The get_state method of the graph returns the state snapshot for the given thread. For example, you can get information about the following node that would be executed using the next attribute:

graph.get_state(thread).next
('a',)

Streaming#

The Langgraph’s compiled graph allows to stream the process of graph execution using different approaches:

  • The stream and astream methods enable iteration over changing state of the graph.

  • The astream_events method allows to iterate over langgraph events that are discrete phases in langgraph logic.

Check more in the streaming page of the documentation.

Application#

LangGraph has an integrated http server that anables communication with the specified graph, allowing you to deploy your graph as an independent application.

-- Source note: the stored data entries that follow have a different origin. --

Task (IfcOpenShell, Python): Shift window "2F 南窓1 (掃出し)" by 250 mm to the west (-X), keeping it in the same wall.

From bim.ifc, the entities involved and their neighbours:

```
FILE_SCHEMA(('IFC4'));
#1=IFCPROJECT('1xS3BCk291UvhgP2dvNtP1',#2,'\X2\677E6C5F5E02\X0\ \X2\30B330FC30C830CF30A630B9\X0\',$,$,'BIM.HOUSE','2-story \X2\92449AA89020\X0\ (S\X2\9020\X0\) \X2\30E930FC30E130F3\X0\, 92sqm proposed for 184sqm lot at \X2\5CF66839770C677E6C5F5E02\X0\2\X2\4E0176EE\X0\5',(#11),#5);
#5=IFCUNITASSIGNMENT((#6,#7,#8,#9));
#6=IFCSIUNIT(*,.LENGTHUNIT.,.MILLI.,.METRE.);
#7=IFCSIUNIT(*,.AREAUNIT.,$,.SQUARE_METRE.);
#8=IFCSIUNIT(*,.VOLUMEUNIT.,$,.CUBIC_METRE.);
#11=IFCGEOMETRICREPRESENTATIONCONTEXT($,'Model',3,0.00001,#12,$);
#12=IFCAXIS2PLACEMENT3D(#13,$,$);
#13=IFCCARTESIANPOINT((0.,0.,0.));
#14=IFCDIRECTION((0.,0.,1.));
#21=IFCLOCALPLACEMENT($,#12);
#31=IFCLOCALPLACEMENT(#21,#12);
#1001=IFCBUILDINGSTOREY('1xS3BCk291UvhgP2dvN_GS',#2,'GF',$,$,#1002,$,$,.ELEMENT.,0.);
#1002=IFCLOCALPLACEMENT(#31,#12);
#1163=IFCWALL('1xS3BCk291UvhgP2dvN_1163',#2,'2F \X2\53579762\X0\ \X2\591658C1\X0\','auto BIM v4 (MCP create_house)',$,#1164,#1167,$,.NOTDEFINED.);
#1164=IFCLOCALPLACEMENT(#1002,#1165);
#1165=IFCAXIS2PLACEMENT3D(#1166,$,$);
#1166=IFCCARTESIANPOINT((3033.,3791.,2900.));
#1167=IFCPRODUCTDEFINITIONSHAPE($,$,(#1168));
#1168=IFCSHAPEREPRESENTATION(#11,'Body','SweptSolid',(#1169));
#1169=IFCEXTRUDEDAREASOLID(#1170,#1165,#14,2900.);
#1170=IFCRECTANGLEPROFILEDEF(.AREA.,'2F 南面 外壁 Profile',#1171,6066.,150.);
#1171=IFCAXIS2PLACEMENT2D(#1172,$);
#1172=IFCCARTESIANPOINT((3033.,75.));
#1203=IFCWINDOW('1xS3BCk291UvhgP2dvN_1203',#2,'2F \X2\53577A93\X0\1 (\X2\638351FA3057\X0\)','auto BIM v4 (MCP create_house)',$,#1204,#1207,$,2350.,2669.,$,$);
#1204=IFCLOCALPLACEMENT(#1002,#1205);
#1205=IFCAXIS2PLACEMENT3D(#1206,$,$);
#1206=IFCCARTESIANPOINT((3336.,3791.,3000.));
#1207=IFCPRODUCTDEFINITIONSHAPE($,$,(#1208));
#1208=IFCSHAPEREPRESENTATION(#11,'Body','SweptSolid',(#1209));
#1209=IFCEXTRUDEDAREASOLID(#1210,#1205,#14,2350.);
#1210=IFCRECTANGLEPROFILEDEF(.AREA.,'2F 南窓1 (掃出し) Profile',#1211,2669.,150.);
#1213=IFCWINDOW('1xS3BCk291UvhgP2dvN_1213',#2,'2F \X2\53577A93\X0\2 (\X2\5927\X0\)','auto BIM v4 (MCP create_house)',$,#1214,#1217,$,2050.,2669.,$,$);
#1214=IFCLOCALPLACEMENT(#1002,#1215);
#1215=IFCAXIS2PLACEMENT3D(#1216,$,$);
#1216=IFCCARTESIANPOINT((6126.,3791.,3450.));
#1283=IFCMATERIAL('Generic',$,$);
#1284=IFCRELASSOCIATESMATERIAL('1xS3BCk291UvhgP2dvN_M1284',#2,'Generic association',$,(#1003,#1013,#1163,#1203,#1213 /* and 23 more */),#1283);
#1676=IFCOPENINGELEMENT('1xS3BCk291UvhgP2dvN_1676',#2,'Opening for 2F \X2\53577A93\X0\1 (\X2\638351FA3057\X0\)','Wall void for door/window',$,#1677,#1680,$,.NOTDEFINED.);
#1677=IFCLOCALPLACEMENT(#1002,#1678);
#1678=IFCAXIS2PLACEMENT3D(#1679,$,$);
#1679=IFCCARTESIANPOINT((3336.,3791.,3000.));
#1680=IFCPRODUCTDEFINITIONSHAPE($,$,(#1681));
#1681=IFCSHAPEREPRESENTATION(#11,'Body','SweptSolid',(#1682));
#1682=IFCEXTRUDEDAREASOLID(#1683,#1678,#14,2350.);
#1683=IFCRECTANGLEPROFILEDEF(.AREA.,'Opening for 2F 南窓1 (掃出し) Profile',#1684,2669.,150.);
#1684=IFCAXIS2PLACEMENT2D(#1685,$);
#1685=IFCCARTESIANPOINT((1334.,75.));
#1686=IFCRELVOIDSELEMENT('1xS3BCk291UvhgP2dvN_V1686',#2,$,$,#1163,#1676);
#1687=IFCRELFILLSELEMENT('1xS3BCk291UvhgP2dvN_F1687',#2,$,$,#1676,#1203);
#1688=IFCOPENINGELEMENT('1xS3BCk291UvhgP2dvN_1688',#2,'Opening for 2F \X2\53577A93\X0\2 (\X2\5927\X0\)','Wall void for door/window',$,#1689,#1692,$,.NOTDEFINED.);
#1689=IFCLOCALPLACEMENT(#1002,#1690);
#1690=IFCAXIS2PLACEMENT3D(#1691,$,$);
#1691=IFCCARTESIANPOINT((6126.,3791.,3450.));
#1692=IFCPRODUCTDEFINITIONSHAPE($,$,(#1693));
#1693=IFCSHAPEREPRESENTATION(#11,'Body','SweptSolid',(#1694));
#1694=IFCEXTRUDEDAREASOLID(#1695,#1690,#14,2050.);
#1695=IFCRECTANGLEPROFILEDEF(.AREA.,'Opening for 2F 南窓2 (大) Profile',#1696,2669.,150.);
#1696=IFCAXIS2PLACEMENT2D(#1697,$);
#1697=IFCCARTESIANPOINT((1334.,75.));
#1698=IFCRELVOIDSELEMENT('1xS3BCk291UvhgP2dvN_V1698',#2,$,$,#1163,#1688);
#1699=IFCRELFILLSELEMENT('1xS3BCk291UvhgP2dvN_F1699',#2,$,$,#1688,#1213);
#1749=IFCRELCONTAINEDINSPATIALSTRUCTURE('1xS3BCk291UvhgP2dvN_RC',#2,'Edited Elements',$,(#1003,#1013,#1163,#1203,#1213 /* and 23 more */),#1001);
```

```python
import ifcopenshell
import ifcopenshell.api.geometry
import ifcopenshell.util.placement

model = ifcopenshell.open("bim.ifc")

window = model.by_guid("1xS3BCk291UvhgP2dvN_1203")
opening = window.FillsVoids[0].RelatingOpeningElement
wall = opening.VoidsElements[0].RelatingBuildingElement

wall_matrix = ifcopenshell.util.placement.get_local_placement(wall.ObjectPlacement)
shift = wall_matrix[:3, 0] * -250.0
before = ifcopenshell.util.placement.get_local_placement(window.ObjectPlacement)[:3, 3].copy()

# The window is not placed relative to its opening, so move both.
for product in (opening, window):
    matrix = ifcopenshell.util.placement.get_local_placement(product.ObjectPlacement)
    matrix[:3, 3] += shift
    ifcopenshell.api.geometry.edit_object_placement(model, product=product, matrix=matrix, is_si=False)

after = ifcopenshell.util.placement.get_local_placement(window.ObjectPlacement)[:3, 3]
print("window moved by", (after - before).round(3) + 0.0)

model.write("bim_edited.ifc")
```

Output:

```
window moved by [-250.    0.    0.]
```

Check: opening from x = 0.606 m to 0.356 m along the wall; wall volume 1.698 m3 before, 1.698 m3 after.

The important here is that:

  • Your project have to have a specific structure.

  • Install optional pip3 install langgraph-cli[inmem].

  • Use the langgraph studio to debut your application.

Check a Run a local server as an initial tutorial.


The following cell setsup the simplest possible langgraph application.

!rm -rf /tmp/studio && mkdir /tmp/studio
%%writefile /tmp/studio/my_graph.py
from typing import TypedDict
from langgraph.graph import StateGraph, START, END

class State(TypedDict):
    message: str

def node(state: State) -> State:
    return {"message": state["message"] + " Hello from graph!"}

state_graph = (
    StateGraph(State)
    .add_node("a", node)
    .add_edge(START, "a")
    .add_edge("a", END)
).compile()
Overwriting /tmp/studio/my_graph.py

By settings LANGSMITH_TRACING=false environment variable you can turn off the tracking with langsmith.

%%writefile /tmp/studio/.env
LANGSMITH_TRACING=false
Writing /tmp/studio/.env

The langgraph.json determines the langgraph application.

%%writefile /tmp/studio/langgraph.json
{
    "dependencies": [
        "langgraph"
    ],
    "graphs": {
        "my_agent": "./my_graph.py:state_graph"
    },
    "env": ".env"
}
Writing /tmp/studio/langgraph.json

Run your langgraph application with commands:

cd /tmp/studio
langgraph dev

You can access the UI of the studio from the LangSmith site typically: https://smith.langchain.com/studio/?baseUrl=<local address of your application>.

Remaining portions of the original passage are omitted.